(Data under study)

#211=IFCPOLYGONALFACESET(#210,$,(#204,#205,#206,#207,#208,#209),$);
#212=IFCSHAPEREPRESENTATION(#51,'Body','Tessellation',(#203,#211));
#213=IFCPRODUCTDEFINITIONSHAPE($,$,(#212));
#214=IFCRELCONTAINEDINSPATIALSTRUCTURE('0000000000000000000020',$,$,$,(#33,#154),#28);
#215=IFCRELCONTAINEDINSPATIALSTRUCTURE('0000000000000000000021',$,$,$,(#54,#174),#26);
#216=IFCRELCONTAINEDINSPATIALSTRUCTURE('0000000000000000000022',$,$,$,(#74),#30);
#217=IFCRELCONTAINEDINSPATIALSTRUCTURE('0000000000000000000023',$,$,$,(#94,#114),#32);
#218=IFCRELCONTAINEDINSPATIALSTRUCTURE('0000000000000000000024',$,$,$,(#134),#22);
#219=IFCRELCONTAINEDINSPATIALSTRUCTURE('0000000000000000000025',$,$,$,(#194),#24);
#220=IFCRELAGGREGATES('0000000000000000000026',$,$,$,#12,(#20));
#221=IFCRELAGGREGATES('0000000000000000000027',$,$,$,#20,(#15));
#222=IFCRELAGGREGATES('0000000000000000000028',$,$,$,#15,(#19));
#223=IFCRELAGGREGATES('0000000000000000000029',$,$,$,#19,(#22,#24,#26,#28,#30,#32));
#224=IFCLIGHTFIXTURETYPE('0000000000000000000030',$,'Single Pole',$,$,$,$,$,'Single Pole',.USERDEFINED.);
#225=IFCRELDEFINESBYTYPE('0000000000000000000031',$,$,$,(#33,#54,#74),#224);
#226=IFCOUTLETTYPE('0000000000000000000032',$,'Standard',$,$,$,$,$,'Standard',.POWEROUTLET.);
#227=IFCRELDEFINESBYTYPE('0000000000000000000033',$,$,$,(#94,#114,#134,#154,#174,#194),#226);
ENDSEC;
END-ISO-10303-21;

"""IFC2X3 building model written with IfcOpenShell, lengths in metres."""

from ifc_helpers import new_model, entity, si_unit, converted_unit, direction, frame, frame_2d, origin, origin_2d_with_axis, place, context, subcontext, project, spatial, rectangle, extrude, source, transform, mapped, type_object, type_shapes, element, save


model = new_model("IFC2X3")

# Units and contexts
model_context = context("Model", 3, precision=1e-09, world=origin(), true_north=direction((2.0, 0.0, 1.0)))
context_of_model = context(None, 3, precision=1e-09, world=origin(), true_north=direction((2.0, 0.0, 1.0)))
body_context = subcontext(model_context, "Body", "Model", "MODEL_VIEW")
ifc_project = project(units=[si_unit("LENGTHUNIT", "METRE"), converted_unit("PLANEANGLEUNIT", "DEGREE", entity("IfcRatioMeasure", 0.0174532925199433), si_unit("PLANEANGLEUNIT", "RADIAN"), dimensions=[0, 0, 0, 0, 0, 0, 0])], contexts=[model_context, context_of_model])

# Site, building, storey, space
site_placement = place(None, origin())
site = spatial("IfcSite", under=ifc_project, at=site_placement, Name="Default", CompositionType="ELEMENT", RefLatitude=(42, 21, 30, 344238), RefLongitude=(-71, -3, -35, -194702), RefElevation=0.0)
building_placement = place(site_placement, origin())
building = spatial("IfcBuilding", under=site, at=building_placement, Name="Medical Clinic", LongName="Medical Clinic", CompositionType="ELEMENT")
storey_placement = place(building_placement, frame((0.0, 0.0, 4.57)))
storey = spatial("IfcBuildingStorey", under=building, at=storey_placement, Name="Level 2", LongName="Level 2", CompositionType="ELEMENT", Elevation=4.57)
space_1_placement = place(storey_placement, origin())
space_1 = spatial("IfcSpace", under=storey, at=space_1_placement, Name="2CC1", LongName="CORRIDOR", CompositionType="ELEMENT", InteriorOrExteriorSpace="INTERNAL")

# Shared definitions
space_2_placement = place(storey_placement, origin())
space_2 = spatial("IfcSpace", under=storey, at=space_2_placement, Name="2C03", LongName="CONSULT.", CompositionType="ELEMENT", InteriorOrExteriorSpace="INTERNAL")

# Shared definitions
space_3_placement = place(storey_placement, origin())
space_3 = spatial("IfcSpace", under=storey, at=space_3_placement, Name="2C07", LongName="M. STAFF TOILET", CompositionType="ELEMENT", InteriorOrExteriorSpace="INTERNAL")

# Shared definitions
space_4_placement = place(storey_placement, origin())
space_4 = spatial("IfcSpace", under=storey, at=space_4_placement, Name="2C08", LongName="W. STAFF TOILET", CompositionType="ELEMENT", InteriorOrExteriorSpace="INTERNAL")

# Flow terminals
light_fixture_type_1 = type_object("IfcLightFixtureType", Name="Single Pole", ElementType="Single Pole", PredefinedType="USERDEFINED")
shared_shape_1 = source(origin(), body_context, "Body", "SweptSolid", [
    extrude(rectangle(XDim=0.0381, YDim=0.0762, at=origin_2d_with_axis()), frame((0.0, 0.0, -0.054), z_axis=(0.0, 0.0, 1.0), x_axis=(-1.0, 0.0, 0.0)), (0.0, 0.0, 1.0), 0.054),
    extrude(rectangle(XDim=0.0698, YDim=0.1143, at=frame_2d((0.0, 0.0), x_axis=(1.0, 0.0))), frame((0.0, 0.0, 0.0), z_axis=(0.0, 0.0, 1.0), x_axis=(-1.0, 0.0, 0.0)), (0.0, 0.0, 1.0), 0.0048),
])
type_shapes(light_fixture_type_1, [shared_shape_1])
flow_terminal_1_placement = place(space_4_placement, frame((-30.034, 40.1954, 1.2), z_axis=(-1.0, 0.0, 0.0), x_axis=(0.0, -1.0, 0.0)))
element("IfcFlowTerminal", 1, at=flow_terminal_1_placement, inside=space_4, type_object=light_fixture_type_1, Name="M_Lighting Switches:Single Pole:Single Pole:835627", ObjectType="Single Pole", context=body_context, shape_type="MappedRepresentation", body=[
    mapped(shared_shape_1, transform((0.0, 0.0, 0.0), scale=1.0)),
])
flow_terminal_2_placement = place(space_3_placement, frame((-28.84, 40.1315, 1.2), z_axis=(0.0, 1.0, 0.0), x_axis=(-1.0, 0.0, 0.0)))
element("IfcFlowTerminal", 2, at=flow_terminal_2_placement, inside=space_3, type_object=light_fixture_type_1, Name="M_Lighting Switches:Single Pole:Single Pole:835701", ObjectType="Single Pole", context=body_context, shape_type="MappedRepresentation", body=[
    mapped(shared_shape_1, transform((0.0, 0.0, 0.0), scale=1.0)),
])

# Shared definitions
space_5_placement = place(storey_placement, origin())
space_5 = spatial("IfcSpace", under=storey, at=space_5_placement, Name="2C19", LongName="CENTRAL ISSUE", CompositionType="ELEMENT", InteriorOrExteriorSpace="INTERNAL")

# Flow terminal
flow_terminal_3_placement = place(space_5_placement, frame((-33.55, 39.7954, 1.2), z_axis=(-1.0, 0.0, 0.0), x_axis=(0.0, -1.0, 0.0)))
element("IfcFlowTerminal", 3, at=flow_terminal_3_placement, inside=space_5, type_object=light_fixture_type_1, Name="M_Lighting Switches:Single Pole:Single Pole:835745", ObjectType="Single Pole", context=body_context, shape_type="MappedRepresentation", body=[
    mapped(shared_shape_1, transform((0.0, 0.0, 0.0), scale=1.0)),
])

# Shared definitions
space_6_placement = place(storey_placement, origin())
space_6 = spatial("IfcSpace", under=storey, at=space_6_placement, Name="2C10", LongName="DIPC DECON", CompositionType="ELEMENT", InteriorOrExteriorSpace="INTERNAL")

(End Data under study)

## Problem
Among the entries above, how many lines hold the string "source"? Answer with the number only.

## Output below
2